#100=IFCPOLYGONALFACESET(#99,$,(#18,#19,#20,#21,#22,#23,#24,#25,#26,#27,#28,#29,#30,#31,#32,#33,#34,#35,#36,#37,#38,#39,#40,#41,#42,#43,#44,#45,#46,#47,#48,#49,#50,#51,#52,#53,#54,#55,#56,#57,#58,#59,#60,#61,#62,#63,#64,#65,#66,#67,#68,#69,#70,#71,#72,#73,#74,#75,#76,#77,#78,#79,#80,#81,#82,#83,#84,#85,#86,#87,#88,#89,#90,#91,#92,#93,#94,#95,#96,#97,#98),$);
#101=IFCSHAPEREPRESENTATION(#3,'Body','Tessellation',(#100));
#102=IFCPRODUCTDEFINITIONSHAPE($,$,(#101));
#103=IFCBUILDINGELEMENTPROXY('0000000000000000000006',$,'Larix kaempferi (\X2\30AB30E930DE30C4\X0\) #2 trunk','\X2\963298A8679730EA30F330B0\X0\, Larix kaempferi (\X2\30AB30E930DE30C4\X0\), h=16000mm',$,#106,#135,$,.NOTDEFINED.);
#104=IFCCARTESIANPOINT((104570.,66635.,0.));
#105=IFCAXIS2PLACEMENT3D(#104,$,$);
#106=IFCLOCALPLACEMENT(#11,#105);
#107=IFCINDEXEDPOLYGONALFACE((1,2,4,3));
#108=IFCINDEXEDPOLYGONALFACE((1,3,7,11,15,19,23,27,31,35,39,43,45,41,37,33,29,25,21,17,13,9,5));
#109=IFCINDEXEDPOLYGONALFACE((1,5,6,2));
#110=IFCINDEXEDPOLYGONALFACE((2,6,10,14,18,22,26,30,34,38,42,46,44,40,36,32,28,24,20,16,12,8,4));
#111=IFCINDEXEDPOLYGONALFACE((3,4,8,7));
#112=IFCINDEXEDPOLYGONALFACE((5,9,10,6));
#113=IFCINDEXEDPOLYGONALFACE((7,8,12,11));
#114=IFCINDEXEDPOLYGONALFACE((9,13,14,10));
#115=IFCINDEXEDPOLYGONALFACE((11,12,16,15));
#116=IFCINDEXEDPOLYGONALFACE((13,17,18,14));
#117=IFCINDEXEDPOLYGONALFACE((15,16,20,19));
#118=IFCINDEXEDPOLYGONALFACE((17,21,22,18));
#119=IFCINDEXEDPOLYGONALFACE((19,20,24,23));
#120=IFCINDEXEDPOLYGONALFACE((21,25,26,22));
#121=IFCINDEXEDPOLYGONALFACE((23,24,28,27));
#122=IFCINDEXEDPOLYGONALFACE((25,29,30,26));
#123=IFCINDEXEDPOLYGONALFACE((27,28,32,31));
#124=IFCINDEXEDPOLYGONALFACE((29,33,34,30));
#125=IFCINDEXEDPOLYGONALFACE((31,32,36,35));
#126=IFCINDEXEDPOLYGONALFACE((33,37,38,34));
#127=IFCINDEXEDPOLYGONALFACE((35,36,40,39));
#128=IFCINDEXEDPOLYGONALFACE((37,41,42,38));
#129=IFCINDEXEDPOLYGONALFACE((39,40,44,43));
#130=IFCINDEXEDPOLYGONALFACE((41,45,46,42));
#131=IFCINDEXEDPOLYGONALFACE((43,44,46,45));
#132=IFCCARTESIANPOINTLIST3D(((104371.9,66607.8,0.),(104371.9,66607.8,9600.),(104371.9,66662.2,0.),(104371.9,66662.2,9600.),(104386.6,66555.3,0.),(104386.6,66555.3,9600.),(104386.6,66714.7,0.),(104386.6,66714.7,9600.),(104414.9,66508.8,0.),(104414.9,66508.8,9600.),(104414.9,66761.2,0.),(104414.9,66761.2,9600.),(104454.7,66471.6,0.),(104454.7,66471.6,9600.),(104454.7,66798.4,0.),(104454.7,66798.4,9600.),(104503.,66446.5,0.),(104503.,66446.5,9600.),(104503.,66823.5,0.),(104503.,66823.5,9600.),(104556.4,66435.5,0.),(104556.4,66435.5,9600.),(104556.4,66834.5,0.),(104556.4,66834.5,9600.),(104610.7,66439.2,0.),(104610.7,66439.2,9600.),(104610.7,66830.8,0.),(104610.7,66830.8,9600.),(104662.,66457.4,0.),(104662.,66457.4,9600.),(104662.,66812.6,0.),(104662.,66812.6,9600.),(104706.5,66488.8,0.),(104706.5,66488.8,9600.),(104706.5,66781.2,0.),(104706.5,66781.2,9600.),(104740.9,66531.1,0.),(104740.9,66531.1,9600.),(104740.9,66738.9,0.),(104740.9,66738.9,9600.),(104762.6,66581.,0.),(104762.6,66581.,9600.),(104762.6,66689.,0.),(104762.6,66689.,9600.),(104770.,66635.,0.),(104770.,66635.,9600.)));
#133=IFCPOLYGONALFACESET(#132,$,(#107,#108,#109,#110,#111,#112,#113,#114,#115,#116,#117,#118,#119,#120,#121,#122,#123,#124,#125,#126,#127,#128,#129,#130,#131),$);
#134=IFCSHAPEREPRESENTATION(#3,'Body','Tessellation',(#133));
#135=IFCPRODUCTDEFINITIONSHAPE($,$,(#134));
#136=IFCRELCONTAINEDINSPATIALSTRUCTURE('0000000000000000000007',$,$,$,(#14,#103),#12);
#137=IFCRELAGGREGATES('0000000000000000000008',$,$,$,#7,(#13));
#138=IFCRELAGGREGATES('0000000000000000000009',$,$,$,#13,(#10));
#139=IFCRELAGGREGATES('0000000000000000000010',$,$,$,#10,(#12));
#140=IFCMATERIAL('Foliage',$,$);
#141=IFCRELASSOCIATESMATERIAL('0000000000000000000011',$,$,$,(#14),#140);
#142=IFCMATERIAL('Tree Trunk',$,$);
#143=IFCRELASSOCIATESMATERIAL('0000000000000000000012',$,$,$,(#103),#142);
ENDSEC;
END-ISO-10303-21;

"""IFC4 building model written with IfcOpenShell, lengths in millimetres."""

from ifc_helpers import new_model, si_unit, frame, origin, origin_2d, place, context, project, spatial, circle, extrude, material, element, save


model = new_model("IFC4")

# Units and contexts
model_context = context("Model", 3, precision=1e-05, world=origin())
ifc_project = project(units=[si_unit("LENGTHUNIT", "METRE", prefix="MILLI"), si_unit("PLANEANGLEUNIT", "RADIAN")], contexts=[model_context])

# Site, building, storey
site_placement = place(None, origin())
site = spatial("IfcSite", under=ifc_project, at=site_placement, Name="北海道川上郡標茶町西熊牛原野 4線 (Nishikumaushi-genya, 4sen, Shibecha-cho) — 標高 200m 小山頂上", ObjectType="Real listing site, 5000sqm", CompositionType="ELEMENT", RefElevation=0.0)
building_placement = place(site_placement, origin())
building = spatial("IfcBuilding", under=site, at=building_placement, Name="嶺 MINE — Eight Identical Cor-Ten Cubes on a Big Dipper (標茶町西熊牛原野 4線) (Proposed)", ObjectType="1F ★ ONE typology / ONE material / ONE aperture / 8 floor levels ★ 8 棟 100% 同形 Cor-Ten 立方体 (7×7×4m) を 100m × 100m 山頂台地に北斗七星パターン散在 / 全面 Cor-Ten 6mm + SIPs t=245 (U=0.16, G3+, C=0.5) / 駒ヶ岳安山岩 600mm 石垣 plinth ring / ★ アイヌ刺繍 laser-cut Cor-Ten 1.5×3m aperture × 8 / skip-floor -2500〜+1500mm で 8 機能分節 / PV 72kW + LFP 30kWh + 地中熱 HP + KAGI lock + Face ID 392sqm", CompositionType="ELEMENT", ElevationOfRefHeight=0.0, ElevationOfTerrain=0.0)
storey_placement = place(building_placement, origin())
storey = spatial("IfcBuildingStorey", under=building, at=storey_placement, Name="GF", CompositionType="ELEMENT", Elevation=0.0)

+ + +

What the exercise asks -> Your task is to give the records above again, exactly.

Final answer ->
#100=IFCPOLYGONALFACESET(#99,$,(#18,#19,#20,#21,#22,#23,#24,#25,#26,#27,#28,#29,#30,#31,#32,#33,#34,#35,#36,#37,#38,#39,#40,#41,#42,#43,#44,#45,#46,#47,#48,#49,#50,#51,#52,#53,#54,#55,#56,#57,#58,#59,#60,#61,#62,#63,#64,#65,#66,#67,#68,#69,#70,#71,#72,#73,#74,#75,#76,#77,#78,#79,#80,#81,#82,#83,#84,#85,#86,#87,#88,#89,#90,#91,#92,#93,#94,#95,#96,#97,#98),$);
#101=IFCSHAPEREPRESENTATION(#3,'Body','Tessellation',(#100));
#102=IFCPRODUCTDEFINITIONSHAPE($,$,(#101));
#103=IFCBUILDINGELEMENTPROXY('0000000000000000000006',$,'Larix kaempferi (\X2\30AB30E930DE30C4\X0\) #2 trunk','\X2\963298A8679730EA30F330B0\X0\, Larix kaempferi (\X2\30AB30E930DE30C4\X0\), h=16000mm',$,#106,#135,$,.NOTDEFINED.);
#104=IFCCARTESIANPOINT((104570.,66635.,0.));
#105=IFCAXIS2PLACEMENT3D(#104,$,$);
#106=IFCLOCALPLACEMENT(#11,#105);
#107=IFCINDEXEDPOLYGONALFACE((1,2,4,3));
#108=IFCINDEXEDPOLYGONALFACE((1,3,7,11,15,19,23,27,31,35,39,43,45,41,37,33,29,25,21,17,13,9,5));
#109=IFCINDEXEDPOLYGONALFACE((1,5,6,2));
#110=IFCINDEXEDPOLYGONALFACE((2,6,10,14,18,22,26,30,34,38,42,46,44,40,36,32,28,24,20,16,12,8,4));
#111=IFCINDEXEDPOLYGONALFACE((3,4,8,7));
#112=IFCINDEXEDPOLYGONALFACE((5,9,10,6));
#113=IFCINDEXEDPOLYGONALFACE((7,8,12,11));
#114=IFCINDEXEDPOLYGONALFACE((9,13,14,10));
#115=IFCINDEXEDPOLYGONALFACE((11,12,16,15));
#116=IFCINDEXEDPOLYGONALFACE((13,17,18,14));
#117=IFCINDEXEDPOLYGONALFACE((15,16,20,19));
#118=IFCINDEXEDPOLYGONALFACE((17,21,22,18));
#119=IFCINDEXEDPOLYGONALFACE((19,20,24,23));
#120=IFCINDEXEDPOLYGONALFACE((21,25,26,22));
#121=IFCINDEXEDPOLYGONALFACE((23,24,28,27));
#122=IFCINDEXEDPOLYGONALFACE((25,29,30,26));
#123=IFCINDEXEDPOLYGONALFACE((27,28,32,31));
#124=IFCINDEXEDPOLYGONALFACE((29,33,34,30));
#125=IFCINDEXEDPOLYGONALFACE((31,32,36,35));
#126=IFCINDEXEDPOLYGONALFACE((33,37,38,34));
#127=IFCINDEXEDPOLYGONALFACE((35,36,40,39));
#128=IFCINDEXEDPOLYGONALFACE((37,41,42,38));
#129=IFCINDEXEDPOLYGONALFACE((39,40,44,43));
#130=IFCINDEXEDPOLYGONALFACE((41,45,46,42));
#131=IFCINDEXEDPOLYGONALFACE((43,44,46,45));
#132=IFCCARTESIANPOINTLIST3D(((104371.9,66607.8,0.),(104371.9,66607.8,9600.),(104371.9,66662.2,0.),(104371.9,66662.2,9600.),(104386.6,66555.3,0.),(104386.6,66555.3,9600.),(104386.6,66714.7,0.),(104386.6,66714.7,9600.),(104414.9,66508.8,0.),(104414.9,66508.8,9600.),(104414.9,66761.2,0.),(104414.9,66761.2,9600.),(104454.7,66471.6,0.),(104454.7,66471.6,9600.),(104454.7,66798.4,0.),(104454.7,66798.4,9600.),(104503.,66446.5,0.),(104503.,66446.5,9600.),(104503.,66823.5,0.),(104503.,66823.5,9600.),(104556.4,66435.5,0.),(104556.4,66435.5,9600.),(104556.4,66834.5,0.),(104556.4,66834.5,9600.),(104610.7,66439.2,0.),(104610.7,66439.2,9600.),(104610.7,66830.8,0.),(104610.7,66830.8,9600.),(104662.,66457.4,0.),(104662.,66457.4,9600.),(104662.,66812.6,0.),(104662.,66812.6,9600.),(104706.5,66488.8,0.),(104706.5,66488.8,9600.),(104706.5,66781.2,0.),(104706.5,66781.2,9600.),(104740.9,66531.1,0.),(104740.9,66531.1,9600.),(104740.9,66738.9,0.),(104740.9,66738.9,9600.),(104762.6,66581.,0.),(104762.6,66581.,9600.),(104762.6,66689.,0.),(104762.6,66689.,9600.),(104770.,66635.,0.),(104770.,66635.,9600.)));
#133=IFCPOLYGONALFACESET(#132,$,(#107,#108,#109,#110,#111,#112,#113,#114,#115,#116,#117,#118,#119,#120,#121,#122,#123,#124,#125,#126,#127,#128,#129,#130,#131),$);
#134=IFCSHAPEREPRESENTATION(#3,'Body','Tessellation',(#133));
#135=IFCPRODUCTDEFINITIONSHAPE($,$,(#134));
#136=IFCRELCONTAINEDINSPATIALSTRUCTURE('0000000000000000000007',$,$,$,(#14,#103),#12);
#137=IFCRELAGGREGATES('0000000000000000000008',$,$,$,#7,(#13));
#138=IFCRELAGGREGATES('0000000000000000000009',$,$,$,#13,(#10));
#139=IFCRELAGGREGATES('0000000000000000000010',$,$,$,#10,(#12));
#140=IFCMATERIAL('Foliage',$,$);
#141=IFCRELASSOCIATESMATERIAL('0000000000000000000011',$,$,$,(#14),#140);
#142=IFCMATERIAL('Tree Trunk',$,$);
#143=IFCRELASSOCIATESMATERIAL('0000000000000000000012',$,$,$,(#103),#142);
ENDSEC;
END-ISO-10303-21;

"""IFC4 building model written with IfcOpenShell, lengths in millimetres."""

from ifc_helpers import new_model, si_unit, frame, origin, origin_2d, place, context, project, spatial, circle, extrude, material, element, save


model = new_model("IFC4")

# Units and contexts
model_context = context("Model", 3, precision=1e-05, world=origin())
ifc_project = project(units=[si_unit("LENGTHUNIT", "METRE", prefix="MILLI"), si_unit("PLANEANGLEUNIT", "RADIAN")], contexts=[model_context])

# Site, building, storey
site_placement = place(None, origin())
site = spatial("IfcSite", under=ifc_project, at=site_placement, Name="北海道川上郡標茶町西熊牛原野 4線 (Nishikumaushi-genya, 4sen, Shibecha-cho) — 標高 200m 小山頂上", ObjectType="Real listing site, 5000sqm", CompositionType="ELEMENT", RefElevation=0.0)
building_placement = place(site_placement, origin())
building = spatial("IfcBuilding", under=site, at=building_placement, Name="嶺 MINE — Eight Identical Cor-Ten Cubes on a Big Dipper (標茶町西熊牛原野 4線) (Proposed)", ObjectType="1F ★ ONE typology / ONE material / ONE aperture / 8 floor levels ★ 8 棟 100% 同形 Cor-Ten 立方体 (7×7×4m) を 100m × 100m 山頂台地に北斗七星パターン散在 / 全面 Cor-Ten 6mm + SIPs t=245 (U=0.16, G3+, C=0.5) / 駒ヶ岳安山岩 600mm 石垣 plinth ring / ★ アイヌ刺繍 laser-cut Cor-Ten 1.5×3m aperture × 8 / skip-floor -2500〜+1500mm で 8 機能分節 / PV 72kW + LFP 30kWh + 地中熱 HP + KAGI lock + Face ID 392sqm", CompositionType="ELEMENT", ElevationOfRefHeight=0.0, ElevationOfTerrain=0.0)
storey_placement = place(building_placement, origin())
storey = spatial("IfcBuildingStorey", under=building, at=storey_placement, Name="GF", CompositionType="ELEMENT", Elevation=0.0)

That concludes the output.